WHAT YOU WILL DO | Copy out each line of the data below in which the string "IFCEXTRUDEDAREASOLID" appears.

(Saved entries)
────────────────

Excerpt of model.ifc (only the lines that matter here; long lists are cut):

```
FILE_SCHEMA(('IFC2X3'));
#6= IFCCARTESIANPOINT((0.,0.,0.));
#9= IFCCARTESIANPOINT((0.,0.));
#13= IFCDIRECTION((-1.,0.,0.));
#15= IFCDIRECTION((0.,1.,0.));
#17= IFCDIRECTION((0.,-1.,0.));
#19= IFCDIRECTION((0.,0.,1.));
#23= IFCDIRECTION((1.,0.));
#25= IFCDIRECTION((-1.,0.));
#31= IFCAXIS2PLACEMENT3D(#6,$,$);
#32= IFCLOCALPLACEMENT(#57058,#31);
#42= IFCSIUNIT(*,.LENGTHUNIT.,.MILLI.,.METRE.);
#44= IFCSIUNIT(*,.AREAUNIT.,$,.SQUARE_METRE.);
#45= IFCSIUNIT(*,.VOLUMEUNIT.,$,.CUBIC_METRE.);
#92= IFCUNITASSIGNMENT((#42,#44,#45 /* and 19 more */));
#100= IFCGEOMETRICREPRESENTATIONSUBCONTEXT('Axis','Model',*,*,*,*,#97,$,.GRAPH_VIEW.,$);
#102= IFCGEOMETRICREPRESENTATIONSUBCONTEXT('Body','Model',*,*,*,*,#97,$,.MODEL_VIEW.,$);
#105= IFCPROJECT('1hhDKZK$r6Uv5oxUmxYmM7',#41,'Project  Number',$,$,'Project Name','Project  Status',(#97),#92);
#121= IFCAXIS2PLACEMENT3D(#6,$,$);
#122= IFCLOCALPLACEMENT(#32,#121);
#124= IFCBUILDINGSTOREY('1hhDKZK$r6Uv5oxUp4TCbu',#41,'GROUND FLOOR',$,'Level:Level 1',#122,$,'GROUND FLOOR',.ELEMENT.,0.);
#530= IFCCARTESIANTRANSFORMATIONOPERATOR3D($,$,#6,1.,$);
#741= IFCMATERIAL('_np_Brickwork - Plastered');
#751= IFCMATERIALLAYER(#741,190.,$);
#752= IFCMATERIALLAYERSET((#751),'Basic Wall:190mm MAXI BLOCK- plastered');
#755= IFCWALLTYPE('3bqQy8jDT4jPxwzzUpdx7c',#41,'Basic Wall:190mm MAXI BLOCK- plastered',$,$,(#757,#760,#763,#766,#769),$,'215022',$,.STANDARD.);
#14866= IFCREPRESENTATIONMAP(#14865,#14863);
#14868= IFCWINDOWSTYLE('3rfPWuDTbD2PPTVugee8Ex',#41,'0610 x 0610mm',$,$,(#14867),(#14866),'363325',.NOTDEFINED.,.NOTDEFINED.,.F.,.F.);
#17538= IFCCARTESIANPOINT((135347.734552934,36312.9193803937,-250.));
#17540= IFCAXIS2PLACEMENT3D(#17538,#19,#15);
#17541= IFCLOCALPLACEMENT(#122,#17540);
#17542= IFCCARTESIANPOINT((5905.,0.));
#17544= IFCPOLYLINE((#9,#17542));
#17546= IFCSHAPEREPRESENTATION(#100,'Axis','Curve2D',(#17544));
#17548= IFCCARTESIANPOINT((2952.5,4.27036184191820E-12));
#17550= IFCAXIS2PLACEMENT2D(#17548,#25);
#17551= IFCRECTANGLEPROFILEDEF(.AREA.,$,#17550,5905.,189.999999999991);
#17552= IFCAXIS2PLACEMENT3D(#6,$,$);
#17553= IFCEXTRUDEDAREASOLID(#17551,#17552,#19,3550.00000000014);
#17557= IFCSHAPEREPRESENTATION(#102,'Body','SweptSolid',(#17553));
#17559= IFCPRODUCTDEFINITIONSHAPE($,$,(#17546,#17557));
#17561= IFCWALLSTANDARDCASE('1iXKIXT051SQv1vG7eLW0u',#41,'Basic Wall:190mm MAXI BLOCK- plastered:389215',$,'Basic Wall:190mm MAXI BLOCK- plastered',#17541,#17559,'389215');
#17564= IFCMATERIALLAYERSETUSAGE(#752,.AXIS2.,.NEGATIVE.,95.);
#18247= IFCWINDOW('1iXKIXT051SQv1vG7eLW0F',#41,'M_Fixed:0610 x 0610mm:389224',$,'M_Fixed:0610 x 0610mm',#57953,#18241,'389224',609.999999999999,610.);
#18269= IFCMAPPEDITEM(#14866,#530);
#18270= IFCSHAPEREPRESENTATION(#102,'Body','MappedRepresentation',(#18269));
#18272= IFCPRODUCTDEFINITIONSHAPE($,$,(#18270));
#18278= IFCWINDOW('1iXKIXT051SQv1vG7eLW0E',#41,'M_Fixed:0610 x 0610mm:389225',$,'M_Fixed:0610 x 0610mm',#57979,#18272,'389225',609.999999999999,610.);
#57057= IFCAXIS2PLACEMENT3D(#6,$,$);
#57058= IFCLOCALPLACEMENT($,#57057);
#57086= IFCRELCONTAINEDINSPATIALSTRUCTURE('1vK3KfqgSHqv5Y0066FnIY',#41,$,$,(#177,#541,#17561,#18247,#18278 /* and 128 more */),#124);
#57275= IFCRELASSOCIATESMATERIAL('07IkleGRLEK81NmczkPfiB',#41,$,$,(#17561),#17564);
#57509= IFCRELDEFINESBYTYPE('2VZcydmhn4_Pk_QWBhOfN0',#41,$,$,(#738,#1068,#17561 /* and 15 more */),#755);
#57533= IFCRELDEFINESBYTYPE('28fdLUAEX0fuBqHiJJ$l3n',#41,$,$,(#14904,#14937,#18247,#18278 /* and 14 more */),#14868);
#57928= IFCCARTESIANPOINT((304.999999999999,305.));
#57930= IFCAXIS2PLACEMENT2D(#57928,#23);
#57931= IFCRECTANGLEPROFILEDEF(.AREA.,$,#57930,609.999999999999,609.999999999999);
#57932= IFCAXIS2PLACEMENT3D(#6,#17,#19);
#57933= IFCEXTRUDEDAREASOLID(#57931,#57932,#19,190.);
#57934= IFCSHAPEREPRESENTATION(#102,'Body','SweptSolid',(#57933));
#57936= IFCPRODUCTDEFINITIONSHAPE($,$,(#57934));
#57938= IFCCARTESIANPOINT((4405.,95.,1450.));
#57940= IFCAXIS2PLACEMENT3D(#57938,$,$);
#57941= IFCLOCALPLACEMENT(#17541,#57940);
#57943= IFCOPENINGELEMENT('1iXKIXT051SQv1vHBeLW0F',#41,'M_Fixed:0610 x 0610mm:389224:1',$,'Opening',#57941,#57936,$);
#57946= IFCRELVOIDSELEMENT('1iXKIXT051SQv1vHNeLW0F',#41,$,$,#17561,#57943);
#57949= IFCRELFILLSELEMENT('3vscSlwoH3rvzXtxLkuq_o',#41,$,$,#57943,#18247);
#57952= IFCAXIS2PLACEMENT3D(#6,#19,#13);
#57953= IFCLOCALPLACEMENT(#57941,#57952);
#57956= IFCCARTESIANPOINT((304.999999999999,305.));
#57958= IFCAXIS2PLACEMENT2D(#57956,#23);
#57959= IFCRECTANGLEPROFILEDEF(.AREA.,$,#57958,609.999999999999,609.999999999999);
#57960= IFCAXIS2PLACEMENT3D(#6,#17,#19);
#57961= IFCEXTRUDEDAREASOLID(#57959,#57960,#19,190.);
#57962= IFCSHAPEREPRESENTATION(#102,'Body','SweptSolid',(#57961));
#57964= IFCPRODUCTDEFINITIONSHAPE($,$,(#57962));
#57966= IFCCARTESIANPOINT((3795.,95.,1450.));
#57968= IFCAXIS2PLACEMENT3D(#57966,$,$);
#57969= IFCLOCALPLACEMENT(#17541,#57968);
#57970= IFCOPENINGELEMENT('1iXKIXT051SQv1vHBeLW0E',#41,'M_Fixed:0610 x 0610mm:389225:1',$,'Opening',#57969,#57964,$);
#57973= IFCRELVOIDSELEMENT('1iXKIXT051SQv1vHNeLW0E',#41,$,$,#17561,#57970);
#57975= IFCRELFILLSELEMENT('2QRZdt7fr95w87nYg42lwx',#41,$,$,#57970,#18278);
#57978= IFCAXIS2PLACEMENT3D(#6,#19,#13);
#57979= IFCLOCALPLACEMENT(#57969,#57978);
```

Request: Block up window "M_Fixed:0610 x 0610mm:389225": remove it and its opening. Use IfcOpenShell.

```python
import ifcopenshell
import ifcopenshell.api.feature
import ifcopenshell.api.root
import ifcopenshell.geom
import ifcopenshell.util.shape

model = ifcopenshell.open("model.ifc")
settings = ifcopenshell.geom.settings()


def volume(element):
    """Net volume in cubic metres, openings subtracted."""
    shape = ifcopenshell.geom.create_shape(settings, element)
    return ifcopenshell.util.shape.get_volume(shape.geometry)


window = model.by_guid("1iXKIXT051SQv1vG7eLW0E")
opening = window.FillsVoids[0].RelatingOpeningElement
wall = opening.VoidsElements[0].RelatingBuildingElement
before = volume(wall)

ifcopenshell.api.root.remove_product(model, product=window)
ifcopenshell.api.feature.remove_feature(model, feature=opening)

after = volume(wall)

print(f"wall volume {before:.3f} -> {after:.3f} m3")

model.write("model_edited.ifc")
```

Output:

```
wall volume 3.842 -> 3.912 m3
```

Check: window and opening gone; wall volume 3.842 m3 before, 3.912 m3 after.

────────────────

EXERCISE SOLUTION |
#17553= IFCEXTRUDEDAREASOLID(#17551,#17552,#19,3550.00000000014);
#57933= IFCEXTRUDEDAREASOLID(#57931,#57932,#19,190.);
#57961= IFCEXTRUDEDAREASOLID(#57959,#57960,#19,190.);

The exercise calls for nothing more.